De noite, o zum-zum da máquina de costura, interrompia as vozes dos desenhos animados. A mãe costurava os nossos vestidos, os meus e os da minha irmã, que fazia com os moldes da Burda, para levarmos no dia das fotografias da escola. Foi assim até aos dez anos, altura em que eu já sabia dar alguns pontinhos.
Com o tempo, aprendi que esse tipo de castigo, a obrigação das meninas saberem fazer estas actividades (nasci em 1969, filha de pais portugueses emigrados no Canadá), dava jeito.
Com estes saberes, vestidos para as bonecas, depois, saias e blusas para mim, aos 15, já residente em Portugal, fazia blusas para todas as minhas amigas.
A moda ditava que as roupas feitas em casa eram ridículas, por isso, segui contra a maré.
Na escola, aprendi a lidar com contas correntes e balanços, mas nos intervalos, desenhava croquis de vestidos de noite. E vestia roupas estranhas, que fazia com a ajuda da mãe, e com a minha persistência. Ainda assim, escolhi os números. Eram mais seguros.
Trabalhei vinte e quatro anos numa empresa, com a escolha que fizera, números.

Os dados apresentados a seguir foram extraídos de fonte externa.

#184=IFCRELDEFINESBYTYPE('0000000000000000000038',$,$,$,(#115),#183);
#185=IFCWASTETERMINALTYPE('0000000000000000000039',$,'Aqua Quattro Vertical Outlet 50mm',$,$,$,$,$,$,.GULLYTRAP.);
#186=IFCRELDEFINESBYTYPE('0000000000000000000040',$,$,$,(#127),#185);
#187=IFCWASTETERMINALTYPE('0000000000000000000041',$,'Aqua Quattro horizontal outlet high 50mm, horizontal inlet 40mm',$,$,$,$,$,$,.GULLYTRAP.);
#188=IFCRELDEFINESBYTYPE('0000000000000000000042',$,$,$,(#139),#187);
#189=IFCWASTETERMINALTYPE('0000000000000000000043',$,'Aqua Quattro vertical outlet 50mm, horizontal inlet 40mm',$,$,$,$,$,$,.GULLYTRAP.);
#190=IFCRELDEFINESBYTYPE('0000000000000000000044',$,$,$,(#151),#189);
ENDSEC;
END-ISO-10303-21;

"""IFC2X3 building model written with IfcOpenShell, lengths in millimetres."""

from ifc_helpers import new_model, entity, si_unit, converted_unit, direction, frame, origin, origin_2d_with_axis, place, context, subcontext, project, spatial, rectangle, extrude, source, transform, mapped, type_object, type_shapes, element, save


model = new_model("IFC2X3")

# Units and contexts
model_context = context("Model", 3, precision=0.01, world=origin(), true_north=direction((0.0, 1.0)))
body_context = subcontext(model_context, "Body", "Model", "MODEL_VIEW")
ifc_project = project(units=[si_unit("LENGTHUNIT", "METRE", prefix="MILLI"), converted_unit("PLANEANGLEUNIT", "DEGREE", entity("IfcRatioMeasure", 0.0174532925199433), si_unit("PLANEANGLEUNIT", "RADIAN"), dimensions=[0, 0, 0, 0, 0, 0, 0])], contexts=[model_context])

No início, chegava a casa, tricotava camisolas enquanto via televisão. O pai, que vinha de uma família de pescadores da Foz do Arelho, e que desde muito cedo tecia redes com laçadas, um dia olhou para mim e disse:
– “sei fazer isso!”.
Achei graça. Ele pegou nas agulhas e tricotou duas carreiras, na maior perfeição.

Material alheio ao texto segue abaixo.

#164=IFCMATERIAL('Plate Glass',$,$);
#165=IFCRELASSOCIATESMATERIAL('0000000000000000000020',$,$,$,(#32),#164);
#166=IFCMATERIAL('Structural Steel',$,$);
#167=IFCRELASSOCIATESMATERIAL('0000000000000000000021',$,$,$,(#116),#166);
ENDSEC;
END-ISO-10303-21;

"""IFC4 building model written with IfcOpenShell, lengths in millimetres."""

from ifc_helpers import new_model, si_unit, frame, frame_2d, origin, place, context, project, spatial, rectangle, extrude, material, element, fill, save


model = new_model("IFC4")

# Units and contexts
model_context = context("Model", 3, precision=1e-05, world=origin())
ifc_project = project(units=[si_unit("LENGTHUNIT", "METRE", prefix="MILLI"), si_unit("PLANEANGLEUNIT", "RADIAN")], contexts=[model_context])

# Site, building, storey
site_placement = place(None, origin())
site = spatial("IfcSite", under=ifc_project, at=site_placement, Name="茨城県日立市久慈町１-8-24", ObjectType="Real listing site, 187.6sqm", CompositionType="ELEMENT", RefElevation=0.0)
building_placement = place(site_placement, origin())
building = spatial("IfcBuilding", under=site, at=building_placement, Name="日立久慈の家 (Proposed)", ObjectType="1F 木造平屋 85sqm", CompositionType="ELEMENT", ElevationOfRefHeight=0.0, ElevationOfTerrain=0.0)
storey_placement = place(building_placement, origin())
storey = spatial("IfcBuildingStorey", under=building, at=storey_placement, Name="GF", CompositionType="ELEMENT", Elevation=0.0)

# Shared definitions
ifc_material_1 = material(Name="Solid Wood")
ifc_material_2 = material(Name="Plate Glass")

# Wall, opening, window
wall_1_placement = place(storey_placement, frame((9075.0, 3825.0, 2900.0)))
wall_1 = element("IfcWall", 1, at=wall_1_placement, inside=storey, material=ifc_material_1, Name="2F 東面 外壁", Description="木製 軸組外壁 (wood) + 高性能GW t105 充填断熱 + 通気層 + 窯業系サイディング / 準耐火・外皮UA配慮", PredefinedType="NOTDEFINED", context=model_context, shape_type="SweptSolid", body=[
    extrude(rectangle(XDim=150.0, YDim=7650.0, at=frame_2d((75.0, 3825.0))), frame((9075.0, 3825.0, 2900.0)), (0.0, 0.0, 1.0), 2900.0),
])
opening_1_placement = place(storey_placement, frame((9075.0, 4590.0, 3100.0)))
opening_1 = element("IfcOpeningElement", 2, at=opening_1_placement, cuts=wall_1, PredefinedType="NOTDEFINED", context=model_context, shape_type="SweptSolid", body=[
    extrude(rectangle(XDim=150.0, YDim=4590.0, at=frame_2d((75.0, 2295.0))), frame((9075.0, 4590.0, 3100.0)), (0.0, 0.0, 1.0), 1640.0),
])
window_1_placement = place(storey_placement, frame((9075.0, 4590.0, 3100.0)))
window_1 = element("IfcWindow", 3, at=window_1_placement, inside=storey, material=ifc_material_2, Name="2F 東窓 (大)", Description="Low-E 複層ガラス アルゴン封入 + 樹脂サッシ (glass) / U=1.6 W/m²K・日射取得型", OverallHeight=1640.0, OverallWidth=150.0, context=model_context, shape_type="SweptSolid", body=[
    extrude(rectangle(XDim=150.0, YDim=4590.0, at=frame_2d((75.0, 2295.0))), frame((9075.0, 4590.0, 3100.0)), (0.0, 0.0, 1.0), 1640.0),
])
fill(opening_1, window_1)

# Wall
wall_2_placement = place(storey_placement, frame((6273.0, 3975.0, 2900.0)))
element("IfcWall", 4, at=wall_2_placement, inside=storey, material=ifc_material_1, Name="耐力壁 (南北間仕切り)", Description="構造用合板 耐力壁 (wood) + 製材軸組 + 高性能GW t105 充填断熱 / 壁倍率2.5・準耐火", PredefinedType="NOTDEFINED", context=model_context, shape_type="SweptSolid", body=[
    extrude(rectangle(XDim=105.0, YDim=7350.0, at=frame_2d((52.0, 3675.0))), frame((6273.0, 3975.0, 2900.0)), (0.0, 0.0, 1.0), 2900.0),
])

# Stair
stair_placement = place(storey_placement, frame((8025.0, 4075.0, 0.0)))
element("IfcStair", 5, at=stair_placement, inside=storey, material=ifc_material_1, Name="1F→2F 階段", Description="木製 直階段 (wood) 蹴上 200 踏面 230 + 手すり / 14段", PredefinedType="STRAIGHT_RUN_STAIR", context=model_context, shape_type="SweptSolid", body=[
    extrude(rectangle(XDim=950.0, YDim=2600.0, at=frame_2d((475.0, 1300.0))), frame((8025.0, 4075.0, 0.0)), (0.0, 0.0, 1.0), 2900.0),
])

Achamos que ultrapassamos os nossos pais, que as coisas que sabem são antigas tradições. Engane-se quem assim pensa. São saberes que passam de geração em geração. Achava bonito, gostava de saber fazer estas coisas, mas, até para eles, a mãe e o pai, trabalhar num escritório é que era trabalho para uma senhora.
E um dia, já o pai tinha partido, e eu já era mãe de filho e filha, fui despedida do meu emprego de senhora. De todos os pedidos de emprego que fiz, mais de mil, nem uma resposta. Vinte e quatro anos de experiência não serviam de nada.
Então, aconteceu um acidente. Num dia de vento perdi o chapéu da minha bebé, e, zangada, decidi fazer-lhe um. Depois, fiz outro para mim, coloquei uma fotografia no Facebook e vendi-o.
Isto foi há dez anos. Nestes dez anos, foi o conhecimento que a minha mãe me transmitiu que me transformou na que sempre fui. Uma mulher que constrói o futuro com as mãos. Que ouve o zum-zum da máquina de costura todo o dia. Faz ainda os seus próprios vestidos, e os vestidos de muitas outras pessoas. Não vestidos e roupas que se vendem por tuta e meia. Vestidos que são usados para manter pela vida a fora. Que contém as histórias da minha infância e são feitos com dias longos de alguém que acredita no que os pais ensinam, seja o que for, fará para sempre parte de quem és.
Construí o meu futuro de tradições do passado, e, no presente, muitas são as vezes que me sento com a minha filha de dez anos no sofá a ver televisão e a descansar, mas ouço sempre um zum-zum de uma máquina de costura. Vem da minha própria máquina, a que eu comprei às prestações mal recebi o meu primeiro salário. Não sou só eu que fiquei com esta música no ouvido, mas também o meu filho, de dezassete anos, que a usa para os seus projectos de arte.
Hoje quase com 53 anos sei, que tal como uma rede, somos feitos de todas estas ligações que nos deixaram. As nossas raízes. Os saberes da humanidade. De geração em geração. Aprendemos coisas novas, que construímos sobre o que alguém fez antes de nós.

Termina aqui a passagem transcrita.